Итак, мы видим, что главная часть композиции — полусфера с полуфигурой Творца — переживает в памятниках «римского типа» ряд изменений, которые можно классифицировать как механические, не несущие изменений смысла: изменение формы сияния славы в рамках привычных вариантов (медальон — полусфера — сегмент) и осовременивание иконографического типа Творца в соответствии с византийскими влияниями и активизацией почитания собственных раннесредневековых святынь.
Забегая несколько вперед, необходимо сказать, что в памятниках ближнего круга — мозаиках Палатинской капеллы в Палермо (илл. 28, с. 177) и собора в Монреале (илл. 29, с. 178, 179) — тип Творца также претерпевает изменения. В обоих случаях в первой сцене композиционная матрица относится к «римскому типу», в то время как тип Творца соответствует византийским стандартам «исторического Христа», впервые встречающимся в сцене Творения в Салернском антепендии. При этом в Палатинской капелле тип Творца в первой сцене «адаптируется» к последующим сценам, где Он предстает близким к «коттоновскому типу» — стоящим с простертой вперед рукой. В первой сцене Его полуфигура утрачивает фронтальность, Он представлен в трехчетвертном ракурсе, близком к «коттоновскому типу». Таким образом, мы видим вариативность уже на уровне «модуля» (части фигуры, ракурса, жеста), а не мотива, если пользоваться терминологией предыдущей части.
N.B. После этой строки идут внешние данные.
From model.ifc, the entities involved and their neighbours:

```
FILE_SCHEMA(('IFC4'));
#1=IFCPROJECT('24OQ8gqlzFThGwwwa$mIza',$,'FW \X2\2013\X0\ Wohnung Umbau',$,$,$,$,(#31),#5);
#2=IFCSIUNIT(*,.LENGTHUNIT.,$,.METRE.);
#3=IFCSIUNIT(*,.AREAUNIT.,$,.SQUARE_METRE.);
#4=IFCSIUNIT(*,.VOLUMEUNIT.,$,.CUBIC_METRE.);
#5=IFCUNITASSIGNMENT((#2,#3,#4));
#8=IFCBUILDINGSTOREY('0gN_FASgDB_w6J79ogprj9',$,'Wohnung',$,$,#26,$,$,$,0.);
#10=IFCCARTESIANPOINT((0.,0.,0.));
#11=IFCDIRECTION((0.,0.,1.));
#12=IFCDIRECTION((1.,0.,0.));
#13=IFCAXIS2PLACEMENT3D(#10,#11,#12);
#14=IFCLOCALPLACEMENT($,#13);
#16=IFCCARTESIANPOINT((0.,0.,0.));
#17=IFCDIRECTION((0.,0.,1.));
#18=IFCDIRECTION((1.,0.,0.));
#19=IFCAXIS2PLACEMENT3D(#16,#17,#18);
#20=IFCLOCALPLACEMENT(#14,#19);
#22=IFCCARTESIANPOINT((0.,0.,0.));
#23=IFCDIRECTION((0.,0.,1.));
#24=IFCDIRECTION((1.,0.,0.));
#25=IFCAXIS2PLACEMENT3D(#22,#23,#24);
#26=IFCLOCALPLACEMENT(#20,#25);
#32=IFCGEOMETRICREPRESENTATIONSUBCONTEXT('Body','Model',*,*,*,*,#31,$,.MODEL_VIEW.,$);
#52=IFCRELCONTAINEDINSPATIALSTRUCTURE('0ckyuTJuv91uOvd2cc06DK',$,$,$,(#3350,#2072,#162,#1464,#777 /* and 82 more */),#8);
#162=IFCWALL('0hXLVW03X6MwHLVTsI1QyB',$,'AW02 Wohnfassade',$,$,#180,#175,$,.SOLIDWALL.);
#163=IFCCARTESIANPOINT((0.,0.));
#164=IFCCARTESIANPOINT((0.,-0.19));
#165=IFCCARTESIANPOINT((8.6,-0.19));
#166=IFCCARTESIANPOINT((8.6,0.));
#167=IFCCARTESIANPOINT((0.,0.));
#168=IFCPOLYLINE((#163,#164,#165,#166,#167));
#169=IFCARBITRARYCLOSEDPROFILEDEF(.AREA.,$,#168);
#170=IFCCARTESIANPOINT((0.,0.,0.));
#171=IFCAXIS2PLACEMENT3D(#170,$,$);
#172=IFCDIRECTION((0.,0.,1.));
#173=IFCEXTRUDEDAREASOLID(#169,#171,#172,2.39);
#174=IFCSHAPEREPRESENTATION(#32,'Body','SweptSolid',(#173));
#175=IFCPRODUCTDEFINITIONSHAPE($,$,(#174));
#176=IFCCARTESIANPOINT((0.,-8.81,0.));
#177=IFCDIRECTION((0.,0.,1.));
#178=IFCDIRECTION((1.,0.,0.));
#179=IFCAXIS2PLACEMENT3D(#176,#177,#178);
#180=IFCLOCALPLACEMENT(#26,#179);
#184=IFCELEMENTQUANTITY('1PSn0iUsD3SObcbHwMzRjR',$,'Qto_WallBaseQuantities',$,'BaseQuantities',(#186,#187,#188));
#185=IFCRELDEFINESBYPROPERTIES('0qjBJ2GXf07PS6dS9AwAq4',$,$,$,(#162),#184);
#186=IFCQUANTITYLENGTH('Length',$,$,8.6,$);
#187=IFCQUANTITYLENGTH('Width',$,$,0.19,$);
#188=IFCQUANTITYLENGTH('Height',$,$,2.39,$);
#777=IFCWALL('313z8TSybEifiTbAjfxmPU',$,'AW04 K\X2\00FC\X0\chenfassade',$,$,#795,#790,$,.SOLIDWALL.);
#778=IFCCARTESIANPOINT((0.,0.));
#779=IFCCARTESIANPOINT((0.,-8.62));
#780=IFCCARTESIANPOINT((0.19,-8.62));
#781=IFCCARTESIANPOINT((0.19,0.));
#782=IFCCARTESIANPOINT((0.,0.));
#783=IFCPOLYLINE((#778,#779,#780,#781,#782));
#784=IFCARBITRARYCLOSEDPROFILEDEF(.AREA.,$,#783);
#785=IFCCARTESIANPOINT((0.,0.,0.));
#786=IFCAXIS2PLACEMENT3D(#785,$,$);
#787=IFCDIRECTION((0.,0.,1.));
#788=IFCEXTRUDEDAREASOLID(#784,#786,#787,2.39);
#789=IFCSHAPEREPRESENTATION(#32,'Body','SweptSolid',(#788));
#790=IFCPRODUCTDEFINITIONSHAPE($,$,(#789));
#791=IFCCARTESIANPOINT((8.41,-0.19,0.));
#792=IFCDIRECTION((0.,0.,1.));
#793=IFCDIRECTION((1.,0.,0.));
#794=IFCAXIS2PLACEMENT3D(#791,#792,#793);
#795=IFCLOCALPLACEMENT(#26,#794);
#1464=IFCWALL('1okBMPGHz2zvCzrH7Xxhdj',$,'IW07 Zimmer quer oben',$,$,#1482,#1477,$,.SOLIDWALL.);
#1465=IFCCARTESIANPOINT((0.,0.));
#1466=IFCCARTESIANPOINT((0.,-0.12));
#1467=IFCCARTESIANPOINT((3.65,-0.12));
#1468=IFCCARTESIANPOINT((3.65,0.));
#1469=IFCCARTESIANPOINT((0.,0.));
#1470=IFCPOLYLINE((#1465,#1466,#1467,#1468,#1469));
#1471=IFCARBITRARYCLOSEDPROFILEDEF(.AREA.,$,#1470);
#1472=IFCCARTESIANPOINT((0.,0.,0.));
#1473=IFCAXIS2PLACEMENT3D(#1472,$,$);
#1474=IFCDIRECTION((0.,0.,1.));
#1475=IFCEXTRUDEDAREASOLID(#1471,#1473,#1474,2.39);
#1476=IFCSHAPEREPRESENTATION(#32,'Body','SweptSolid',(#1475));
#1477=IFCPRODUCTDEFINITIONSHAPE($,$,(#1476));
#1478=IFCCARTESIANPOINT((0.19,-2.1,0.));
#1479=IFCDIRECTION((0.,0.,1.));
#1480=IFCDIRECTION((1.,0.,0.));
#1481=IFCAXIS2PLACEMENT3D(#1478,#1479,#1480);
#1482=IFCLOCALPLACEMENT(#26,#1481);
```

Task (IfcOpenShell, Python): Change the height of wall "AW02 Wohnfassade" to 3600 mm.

```python
import ifcopenshell
import ifcopenshell.api.pset
import ifcopenshell.geom
import ifcopenshell.util.element
import ifcopenshell.util.representation
import ifcopenshell.util.shape
import ifcopenshell.util.unit

model = ifcopenshell.open("model.ifc")
unit_scale = ifcopenshell.util.unit.calculate_unit_scale(model)
settings = ifcopenshell.geom.settings()


def volume(element):
    """Net volume in cubic metres, openings subtracted."""
    shape = ifcopenshell.geom.create_shape(settings, element)
    return ifcopenshell.util.shape.get_volume(shape.geometry)


wall = model.by_guid("0hXLVW03X6MwHLVTsI1QyB")
before = volume(wall)

body = ifcopenshell.util.representation.get_representation(wall, "Model", "Body")
solid = body.Items[0]
old_height = solid.Depth
solid.Depth = 3.6 / unit_scale
after = volume(wall)

# Update the stored height, areas and volumes.
qto = model.by_id(ifcopenshell.util.element.get_pset(wall, "Qto_WallBaseQuantities", should_inherit=False)["id"])
ifcopenshell.api.pset.edit_qto(model, qto=qto, properties={"Height": solid.Depth})

print(f"height {old_height:g} -> {solid.Depth:g}, volume {before:.3f} -> {after:.3f} m3")

model.write("model_v2.ifc")
```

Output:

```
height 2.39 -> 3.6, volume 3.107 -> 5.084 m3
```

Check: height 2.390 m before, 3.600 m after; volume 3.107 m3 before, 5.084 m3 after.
Как уже сказано выше, аниконические, практически абстрактные изображения первоначального хаоса в Октатевхах с Десницей Творца в полусфере дают готовую композиционную матрицу, систему рамок, которой предстоит в памятниках «римского типа» быть населенной фигуративными элементами.
По обе стороны от центральной оси на фреске из Сан-Паоло расположены расходящиеся персонификации Тьмы и Света в мандорлах, над ними — медальоны, изображающие Солнце и Луну с надписями sol lucem, luna tenebras.
Происходящее дальше с этой изобразительной схемой — в значительной степени залог ее комплексности. В самом деле, здесь очевидно совмещены Первый день Творения — Отделение Света от Тьмы, и Четвертый — Сотворение светил. Эта комплексность в немалой степени диктуется самим текстом Быт 1:17–18, где та же пара понятий — «свет и тьма» — упоминается в Четвертом дне Творения применительно к светилам: «поставил их Бог на тверди небесной, чтобы отделять свет от тьмы». Наличие одновременно двух пар элементов — светил и персонификаций Света и Тьмы в первоисточнике — может указывать на совмещение в первой сцене римского цикла первых четырех Дней Творения. Р. Бергман вслед за А. Вайсом говорит о «конденсированности» первой сцены, изобретенной специально для монументальной живописи[342]. Д. Веркерк и К. Рудольф, не задерживаясь на этом обстоятельстве, называют в своих работах эту сцену попросту «Троицей, творящей мир»[343] или «Сотворением Вселенной»[344]. Ниже мы увидим, что в оратории Сан-Себастьяно в Латеране и миниатюрах Библии из Перуджи существует и полный цикл из 7 сцен. Однако сейчас речь идет о цикле сжатом до 2 сцен, как в Сан-Паоло: «конденсированная» сцена Сотворения мира и сразу следующая за ней сцена Вдохновения Адама.